Lìdài Bīngzhì 歷代兵制

Military Systems through the Ages by 陳傅良 (撰)

About the work

A historical-systematic survey of Chinese military institutions from the Western Zhōu xiāngsuì (community-and-district) militia framework through the Sòng, by the Yǒngjiā 永嘉 utilitarian-school philosopher Chén Fùliáng 陳傅良 (1137–1203). 8 juǎn. Treats the xiāngsuì of Zhōu, the Chūnqiū and pre-Qín conscriptions, the Hàn northern-and-southern garrison armies, the Wèi fǔbīng origin, the SuíTáng fǔbīng maturity, the Sòng xiāngbīng / jìnjūn / jìnbīng / jìnyíng differentiation, and the late-Northern-Sòng / early-Southern-Sòng standing-army crisis. The Sòng sections are particularly detailed and constitute one of the canonical critical analyses of the Sòng standing-army problem—Chén identifying the Hóngwǔ-era “small but elite” army of Tàizǔ as the standard against which the swollen 1,410,000-strong post-Huángyòu (1049–1054) army represents catastrophic decline.

Tiyao

By Chén Fùliáng of the Sòng. Fùliáng’s Chūnqiū zhuàn has been catalogued. The work traces the Western Zhōu xiāngsuì method, then the gains and losses of Chūnqiū, Qín, Hàn, Táng, and after. On the Sòng he is especially detailed. He records that Tàizǔ personally established the military system: the Qīnwèi diànjìn (Imperial Guards), the rotating frontier garrisons, the imperial-capital and prefectural mutual-supervision, the troop-deployment, supply-shipment, and bandit-suppression rules—he extracts the major principles.

In the general discussion he says: “In the ancestor-Sòng era, the troops were few but the very best.

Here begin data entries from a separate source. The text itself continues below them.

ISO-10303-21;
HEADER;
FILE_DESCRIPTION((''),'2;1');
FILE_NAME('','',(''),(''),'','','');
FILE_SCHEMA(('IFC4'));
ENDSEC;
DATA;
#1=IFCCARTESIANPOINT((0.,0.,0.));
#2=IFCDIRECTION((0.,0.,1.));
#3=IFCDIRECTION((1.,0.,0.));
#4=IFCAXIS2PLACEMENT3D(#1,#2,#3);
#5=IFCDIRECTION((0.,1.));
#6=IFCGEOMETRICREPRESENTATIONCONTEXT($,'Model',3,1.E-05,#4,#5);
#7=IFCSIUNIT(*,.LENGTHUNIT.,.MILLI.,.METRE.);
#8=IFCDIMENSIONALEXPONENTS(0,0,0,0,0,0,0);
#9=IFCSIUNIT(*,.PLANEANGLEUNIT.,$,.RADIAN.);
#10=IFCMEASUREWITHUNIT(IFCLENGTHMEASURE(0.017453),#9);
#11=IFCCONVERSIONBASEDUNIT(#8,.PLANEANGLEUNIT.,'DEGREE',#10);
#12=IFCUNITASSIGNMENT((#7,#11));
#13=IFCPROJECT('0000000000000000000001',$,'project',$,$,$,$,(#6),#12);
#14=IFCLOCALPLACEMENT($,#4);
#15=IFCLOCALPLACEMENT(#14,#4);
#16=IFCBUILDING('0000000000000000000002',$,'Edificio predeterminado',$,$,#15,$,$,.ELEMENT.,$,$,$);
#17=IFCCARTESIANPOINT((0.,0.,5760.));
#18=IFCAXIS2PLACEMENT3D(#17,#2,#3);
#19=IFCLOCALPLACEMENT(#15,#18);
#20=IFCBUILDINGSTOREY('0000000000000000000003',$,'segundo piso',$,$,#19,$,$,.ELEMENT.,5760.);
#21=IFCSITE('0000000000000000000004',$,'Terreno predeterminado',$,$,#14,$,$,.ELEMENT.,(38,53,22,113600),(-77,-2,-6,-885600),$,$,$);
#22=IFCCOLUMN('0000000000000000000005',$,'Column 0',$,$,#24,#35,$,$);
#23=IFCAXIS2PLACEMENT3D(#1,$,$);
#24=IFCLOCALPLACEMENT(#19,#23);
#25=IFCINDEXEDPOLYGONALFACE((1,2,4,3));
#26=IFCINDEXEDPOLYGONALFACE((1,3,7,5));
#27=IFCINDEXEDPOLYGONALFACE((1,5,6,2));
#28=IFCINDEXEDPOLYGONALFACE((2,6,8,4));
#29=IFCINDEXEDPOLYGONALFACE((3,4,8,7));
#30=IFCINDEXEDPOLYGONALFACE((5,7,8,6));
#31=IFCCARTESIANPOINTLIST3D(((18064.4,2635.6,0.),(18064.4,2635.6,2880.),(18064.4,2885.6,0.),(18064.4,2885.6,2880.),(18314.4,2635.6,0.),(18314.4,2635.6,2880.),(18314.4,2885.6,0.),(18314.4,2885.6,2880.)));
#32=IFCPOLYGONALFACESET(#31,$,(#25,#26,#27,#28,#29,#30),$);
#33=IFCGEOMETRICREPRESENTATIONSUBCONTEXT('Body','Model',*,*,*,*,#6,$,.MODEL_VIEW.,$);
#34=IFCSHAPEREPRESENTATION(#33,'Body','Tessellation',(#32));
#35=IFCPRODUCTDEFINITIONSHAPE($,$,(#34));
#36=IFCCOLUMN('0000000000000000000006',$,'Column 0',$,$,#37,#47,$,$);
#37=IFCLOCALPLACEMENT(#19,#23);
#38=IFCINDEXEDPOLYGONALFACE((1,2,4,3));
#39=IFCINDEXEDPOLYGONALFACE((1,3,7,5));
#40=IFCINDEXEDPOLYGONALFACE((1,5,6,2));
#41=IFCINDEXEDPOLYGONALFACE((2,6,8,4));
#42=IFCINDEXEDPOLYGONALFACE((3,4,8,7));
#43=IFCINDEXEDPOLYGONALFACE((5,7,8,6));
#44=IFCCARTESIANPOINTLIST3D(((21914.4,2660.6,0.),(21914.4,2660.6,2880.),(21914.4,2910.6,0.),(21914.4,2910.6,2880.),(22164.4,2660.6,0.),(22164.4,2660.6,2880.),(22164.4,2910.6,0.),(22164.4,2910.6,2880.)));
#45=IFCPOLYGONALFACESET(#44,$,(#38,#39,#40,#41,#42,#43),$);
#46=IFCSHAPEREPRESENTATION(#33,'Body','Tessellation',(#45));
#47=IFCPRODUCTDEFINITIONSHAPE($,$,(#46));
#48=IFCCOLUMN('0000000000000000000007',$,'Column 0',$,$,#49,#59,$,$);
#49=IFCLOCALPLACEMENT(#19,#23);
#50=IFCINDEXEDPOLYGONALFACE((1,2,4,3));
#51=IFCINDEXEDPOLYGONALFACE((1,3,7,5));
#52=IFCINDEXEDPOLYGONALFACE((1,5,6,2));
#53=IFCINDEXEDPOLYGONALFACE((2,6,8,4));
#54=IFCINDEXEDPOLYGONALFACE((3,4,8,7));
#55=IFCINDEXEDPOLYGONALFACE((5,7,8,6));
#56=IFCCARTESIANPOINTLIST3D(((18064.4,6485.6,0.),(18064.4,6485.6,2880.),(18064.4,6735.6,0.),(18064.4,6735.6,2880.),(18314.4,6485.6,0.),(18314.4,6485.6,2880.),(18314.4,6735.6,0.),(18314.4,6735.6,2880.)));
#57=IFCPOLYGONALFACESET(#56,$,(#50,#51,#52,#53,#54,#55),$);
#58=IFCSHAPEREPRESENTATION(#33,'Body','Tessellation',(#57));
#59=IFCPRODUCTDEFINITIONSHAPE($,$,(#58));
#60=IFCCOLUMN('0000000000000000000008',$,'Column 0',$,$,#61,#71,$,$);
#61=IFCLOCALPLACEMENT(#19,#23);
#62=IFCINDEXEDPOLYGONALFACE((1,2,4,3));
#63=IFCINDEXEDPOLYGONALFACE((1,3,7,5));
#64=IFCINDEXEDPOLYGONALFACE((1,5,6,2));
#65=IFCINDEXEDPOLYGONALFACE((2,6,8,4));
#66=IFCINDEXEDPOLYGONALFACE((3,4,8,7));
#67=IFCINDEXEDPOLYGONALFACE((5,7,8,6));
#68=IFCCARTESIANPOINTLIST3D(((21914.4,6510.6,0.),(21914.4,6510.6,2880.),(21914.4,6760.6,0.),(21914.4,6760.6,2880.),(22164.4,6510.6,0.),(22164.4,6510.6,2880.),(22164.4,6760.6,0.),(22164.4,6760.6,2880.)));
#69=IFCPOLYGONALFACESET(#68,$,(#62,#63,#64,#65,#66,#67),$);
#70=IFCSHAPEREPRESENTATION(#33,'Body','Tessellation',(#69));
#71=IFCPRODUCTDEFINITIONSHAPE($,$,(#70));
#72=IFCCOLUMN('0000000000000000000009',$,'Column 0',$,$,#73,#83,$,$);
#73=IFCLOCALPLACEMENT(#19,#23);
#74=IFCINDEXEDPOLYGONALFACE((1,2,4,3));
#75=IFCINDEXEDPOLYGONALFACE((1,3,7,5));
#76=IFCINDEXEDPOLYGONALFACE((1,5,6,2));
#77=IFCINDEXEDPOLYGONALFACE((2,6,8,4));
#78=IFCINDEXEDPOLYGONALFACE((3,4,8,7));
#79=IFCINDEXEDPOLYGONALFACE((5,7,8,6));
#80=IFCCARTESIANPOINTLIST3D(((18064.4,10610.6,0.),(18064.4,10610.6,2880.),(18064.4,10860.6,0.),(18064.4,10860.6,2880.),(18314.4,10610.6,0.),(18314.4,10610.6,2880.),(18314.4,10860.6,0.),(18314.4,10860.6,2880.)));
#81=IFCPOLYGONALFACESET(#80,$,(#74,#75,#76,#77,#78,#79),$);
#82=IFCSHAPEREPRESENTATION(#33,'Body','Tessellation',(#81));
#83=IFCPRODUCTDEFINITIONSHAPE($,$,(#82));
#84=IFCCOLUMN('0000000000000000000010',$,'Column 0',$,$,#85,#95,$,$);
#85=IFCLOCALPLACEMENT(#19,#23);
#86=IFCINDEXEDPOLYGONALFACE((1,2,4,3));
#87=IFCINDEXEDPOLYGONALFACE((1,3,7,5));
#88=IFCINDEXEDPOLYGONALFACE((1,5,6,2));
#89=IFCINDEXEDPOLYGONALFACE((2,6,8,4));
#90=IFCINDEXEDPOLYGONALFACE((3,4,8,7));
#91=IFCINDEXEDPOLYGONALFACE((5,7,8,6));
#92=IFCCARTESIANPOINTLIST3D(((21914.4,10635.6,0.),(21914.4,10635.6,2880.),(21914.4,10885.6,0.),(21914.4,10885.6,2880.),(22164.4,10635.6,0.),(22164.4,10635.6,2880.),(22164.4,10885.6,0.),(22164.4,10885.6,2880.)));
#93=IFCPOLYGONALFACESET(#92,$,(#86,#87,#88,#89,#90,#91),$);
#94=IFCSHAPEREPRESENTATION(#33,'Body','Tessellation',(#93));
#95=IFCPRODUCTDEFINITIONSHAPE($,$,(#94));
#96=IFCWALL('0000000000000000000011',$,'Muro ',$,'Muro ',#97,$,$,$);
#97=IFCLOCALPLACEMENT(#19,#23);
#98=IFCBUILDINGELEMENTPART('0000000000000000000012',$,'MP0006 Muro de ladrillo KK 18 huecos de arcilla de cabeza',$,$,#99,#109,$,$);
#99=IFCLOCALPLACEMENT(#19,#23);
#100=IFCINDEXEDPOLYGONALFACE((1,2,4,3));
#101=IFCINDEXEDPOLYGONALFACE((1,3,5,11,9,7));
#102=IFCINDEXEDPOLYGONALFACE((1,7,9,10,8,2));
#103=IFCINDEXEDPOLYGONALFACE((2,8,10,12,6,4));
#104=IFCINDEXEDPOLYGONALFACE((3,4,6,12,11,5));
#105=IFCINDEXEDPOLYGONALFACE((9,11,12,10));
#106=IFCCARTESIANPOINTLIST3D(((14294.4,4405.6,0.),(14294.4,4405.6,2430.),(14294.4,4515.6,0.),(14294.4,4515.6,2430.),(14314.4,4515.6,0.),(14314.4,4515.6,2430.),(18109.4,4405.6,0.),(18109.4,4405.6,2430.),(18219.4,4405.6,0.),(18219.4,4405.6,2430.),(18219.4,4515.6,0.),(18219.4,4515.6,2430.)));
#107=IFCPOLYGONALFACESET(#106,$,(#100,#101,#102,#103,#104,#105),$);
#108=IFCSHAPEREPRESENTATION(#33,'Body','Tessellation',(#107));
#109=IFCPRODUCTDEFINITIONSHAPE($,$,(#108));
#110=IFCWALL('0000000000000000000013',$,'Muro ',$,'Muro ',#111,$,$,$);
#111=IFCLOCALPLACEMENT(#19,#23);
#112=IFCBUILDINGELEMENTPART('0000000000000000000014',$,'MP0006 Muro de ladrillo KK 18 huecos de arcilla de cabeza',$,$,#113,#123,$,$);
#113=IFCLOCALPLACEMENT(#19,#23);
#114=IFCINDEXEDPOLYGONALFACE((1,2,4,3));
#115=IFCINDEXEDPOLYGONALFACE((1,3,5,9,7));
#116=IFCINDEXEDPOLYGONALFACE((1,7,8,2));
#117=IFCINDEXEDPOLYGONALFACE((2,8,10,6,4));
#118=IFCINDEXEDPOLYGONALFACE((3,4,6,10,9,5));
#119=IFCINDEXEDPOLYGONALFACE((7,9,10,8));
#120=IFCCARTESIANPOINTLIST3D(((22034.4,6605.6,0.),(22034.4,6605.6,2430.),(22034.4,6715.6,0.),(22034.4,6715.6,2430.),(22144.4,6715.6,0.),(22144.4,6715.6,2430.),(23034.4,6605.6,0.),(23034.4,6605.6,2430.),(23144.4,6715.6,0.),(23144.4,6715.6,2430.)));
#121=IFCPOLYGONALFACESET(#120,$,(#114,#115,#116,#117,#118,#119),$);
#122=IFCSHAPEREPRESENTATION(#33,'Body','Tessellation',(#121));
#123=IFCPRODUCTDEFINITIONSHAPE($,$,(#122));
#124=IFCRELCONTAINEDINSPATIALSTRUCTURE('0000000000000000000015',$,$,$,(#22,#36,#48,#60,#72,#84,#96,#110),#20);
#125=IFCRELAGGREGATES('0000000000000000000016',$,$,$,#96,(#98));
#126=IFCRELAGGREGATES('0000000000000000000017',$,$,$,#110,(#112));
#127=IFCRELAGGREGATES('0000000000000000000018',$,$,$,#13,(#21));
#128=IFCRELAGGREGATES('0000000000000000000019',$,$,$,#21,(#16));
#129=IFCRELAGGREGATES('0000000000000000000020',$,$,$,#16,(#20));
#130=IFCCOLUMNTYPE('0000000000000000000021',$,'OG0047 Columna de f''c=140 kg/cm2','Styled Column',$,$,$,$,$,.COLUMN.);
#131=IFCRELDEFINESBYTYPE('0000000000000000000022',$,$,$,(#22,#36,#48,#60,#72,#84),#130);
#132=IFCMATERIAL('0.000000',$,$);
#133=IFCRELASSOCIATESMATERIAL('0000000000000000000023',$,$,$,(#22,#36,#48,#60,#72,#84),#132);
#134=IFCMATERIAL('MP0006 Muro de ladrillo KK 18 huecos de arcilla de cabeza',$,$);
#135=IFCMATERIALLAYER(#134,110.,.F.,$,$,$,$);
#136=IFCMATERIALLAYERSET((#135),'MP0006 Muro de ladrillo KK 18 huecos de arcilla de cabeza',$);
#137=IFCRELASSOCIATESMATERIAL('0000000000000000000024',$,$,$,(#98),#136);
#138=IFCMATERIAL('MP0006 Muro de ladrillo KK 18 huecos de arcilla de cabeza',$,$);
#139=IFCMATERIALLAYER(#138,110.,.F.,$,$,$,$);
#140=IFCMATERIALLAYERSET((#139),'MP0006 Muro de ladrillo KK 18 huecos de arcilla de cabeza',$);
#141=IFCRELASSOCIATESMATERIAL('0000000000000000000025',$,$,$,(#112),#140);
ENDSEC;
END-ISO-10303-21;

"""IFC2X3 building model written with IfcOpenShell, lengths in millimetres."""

from ifc_helpers import new_model, entity, si_unit, converted_unit, direction, frame, origin_with_axes, place, context, subcontext, project, spatial, polyline, outline, extrude, material, layer, layer_set, layer_usage, type_object, element, aggregate, save


model = new_model("IFC2X3")

# Units and contexts
model_context = context("Model", 3, precision=1e-05, world=origin_with_axes(), true_north=direction((0.0, 1.0)))
body_context = subcontext(model_context, "Body", "Model", "MODEL_VIEW")
ifc_project = project(units=[si_unit("LENGTHUNIT", "METRE", prefix="MILLI"), converted_unit("PLANEANGLEUNIT", "DEGREE", entity("IfcLengthMeasure", 0.017453), si_unit("PLANEANGLEUNIT", "RADIAN"), dimensions=[0, 0, 0, 0, 0, 0, 0])], contexts=[model_context])

# Site, building, storey
site_placement = place(None, origin_with_axes())
site = spatial("IfcSite", under=ifc_project, at=site_placement, Name="Terreno predeterminado", CompositionType="ELEMENT", RefLatitude=(38, 53, 22, 113600), RefLongitude=(-77, -2, -6, -885600))
building_placement = place(site_placement, origin_with_axes())
building = spatial("IfcBuilding", under=site, at=building_placement, Name="Edificio predeterminado", CompositionType="ELEMENT")
storey_placement = place(building_placement, frame((0.0, 0.0, 5760.0), z_axis=(0.0, 0.0, 1.0), x_axis=(1.0, 0.0, 0.0)))
storey = spatial("IfcBuildingStorey", under=building, at=storey_placement, Name="segundo piso", CompositionType="ELEMENT", Elevation=5760.0)

# Columns
ifc_material_1 = material(Name="0.000000")
column_type = type_object("IfcColumnType", Name="OG0047 Columna de f'c=140 kg/cm2", Description="Styled Column", PredefinedType="COLUMN")
for number, where, z_axis, x_axis, name in (
    (1, (18189.4, 2760.6, 0.0), (0.0, 0.0, 1.0), (1.0, 0.0, 0.0), "Column 0"),
    (2, (22039.4, 2785.6, 0.0), (0.0, 0.0, 1.0), (1.0, 0.0, 0.0), "Column 0"),
    (3, (18189.4, 6610.6, 0.0), (0.0, 0.0, 1.0), (1.0, 0.0, 0.0), "Column 0"),
    (4, (22039.4, 6635.6, 0.0), (0.0, 0.0, 1.0), (1.0, 0.0, 0.0), "Column 0"),
    (5, (18189.4, 10735.6, 0.0), (0.0, 0.0, 1.0), (1.0, 0.0, 0.0), "Column 0"),
    (6, (22039.4, 10760.6, 0.0), (0.0, 0.0, 1.0), (1.0, 0.0, 0.0), "Column 0"),
):
    element("IfcColumn", number, at=place(storey_placement, frame(where, z_axis=z_axis, x_axis=x_axis)), inside=storey, type_object=column_type, material=ifc_material_1, Name=name, context=body_context, shape_type="SweptSolid", body=[
        extrude(outline(polyline([(-125.0, -125.0), (125.0, -125.0), (125.0, 125.0), (-125.0, 125.0), (-125.0, -125.0)])), origin_with_axes(), (0.0, 0.0, 1.0), 2880.0),
    ])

By the Xiánpíng era (998–1003), the frontier troops grew to 600,000. By the early Huángyòu era (1049), the troops were 1,410,000. Of these, those called ‘soldiers’ but who could not fight—those who carry tribute-grain, perform craft-labor, repair river-dykes, supply the imperial qǐn and miào, raise state horses—are all ‘soldiers.’ The aged and useless eat their ration. Of past dynasties’ armies, none have been so swollen.

“Total household-population annual income, divided by 1,000,000 troops: roughly every ten households support one xiāngbīng; every ten thousand support one ordinary cavalryman. Add the bīngzhí and wèishì allowances—floating expenses several times higher. How can the state not collapse?”

His words are penetrating. Fùliáng, in the Southern Sòng, saw with his own eyes the harm of “weak ruler, arrogant troops”; hence he composed this work, tracing the disease to its root. He may be called one who attended to the urgencies of his time.

Abstract

The Lìdài bīngzhì is the classic Sòng critique of the swollen standing-army system, and one of the founding texts of the Yǒngjiā utilitarian school’s political-economic critique. Composition is undated; Chén Fùliáng’s life-dates 1137–1203 (CBDB) bracket the work. The dating bracket here (1170–1203) reflects the active mature phase of his career, with composition probably in the late 1180s when his Yǒngjiā utilitarian writings cluster.

The work is the principal Sòng-era statement of the structural problem of the Sòng standing-army system: the post-Five-Dynasties principle of preventing warlordism through massive central-state recruitment of mercenaries had, by mid-Northern-Sòng, swollen the army to 1,410,000—an unsustainable burden that Chén traces with statistical precision. The argument is foundational for the modern interpretation of Sòng military finance (e.g., Wáng Zēngyǔ 王曾瑜’s Sòng cháo bīngzhì chūtàn 宋朝兵制初探, Zhōnghuá, 1983).

Translations and research

Standard editions: Wényuāngé Sìkù. Foundational Western treatment: Robert Hartwell, “Financial Expertise, Examinations, and the Formulation of Economic Policy in Northern Sung China,” JAS 30.2 (1971); David A. Graff and Robin Higham, eds., A Military History of China (Westview, 2002), pp. 99–115. The principal Chinese reference is Wáng Zēngyǔ, Sòng cháo bīng-zhì chū-tàn 宋朝兵制初探 (Zhōnghuá shūjú, 1983), which uses Chén Fùliáng as primary source. Christian de Pee, “The Negotiation of Mercantile Conduct in Song China,” Journal of Asian Studies 60.2 (2001), draws on the Yǒng-jiā utilitarian context.

Other points of interest

The 1,410,000 troop figure for the early Huángyòu era (1049) that Chén Fùliáng cites is accepted by most modern Sòng-history scholars as accurate; it implies, on Chén’s per-household calculation, that approximately one in ten Sòng households was directly supporting a soldier—a fiscal-demographic burden no later Chinese dynasty would match.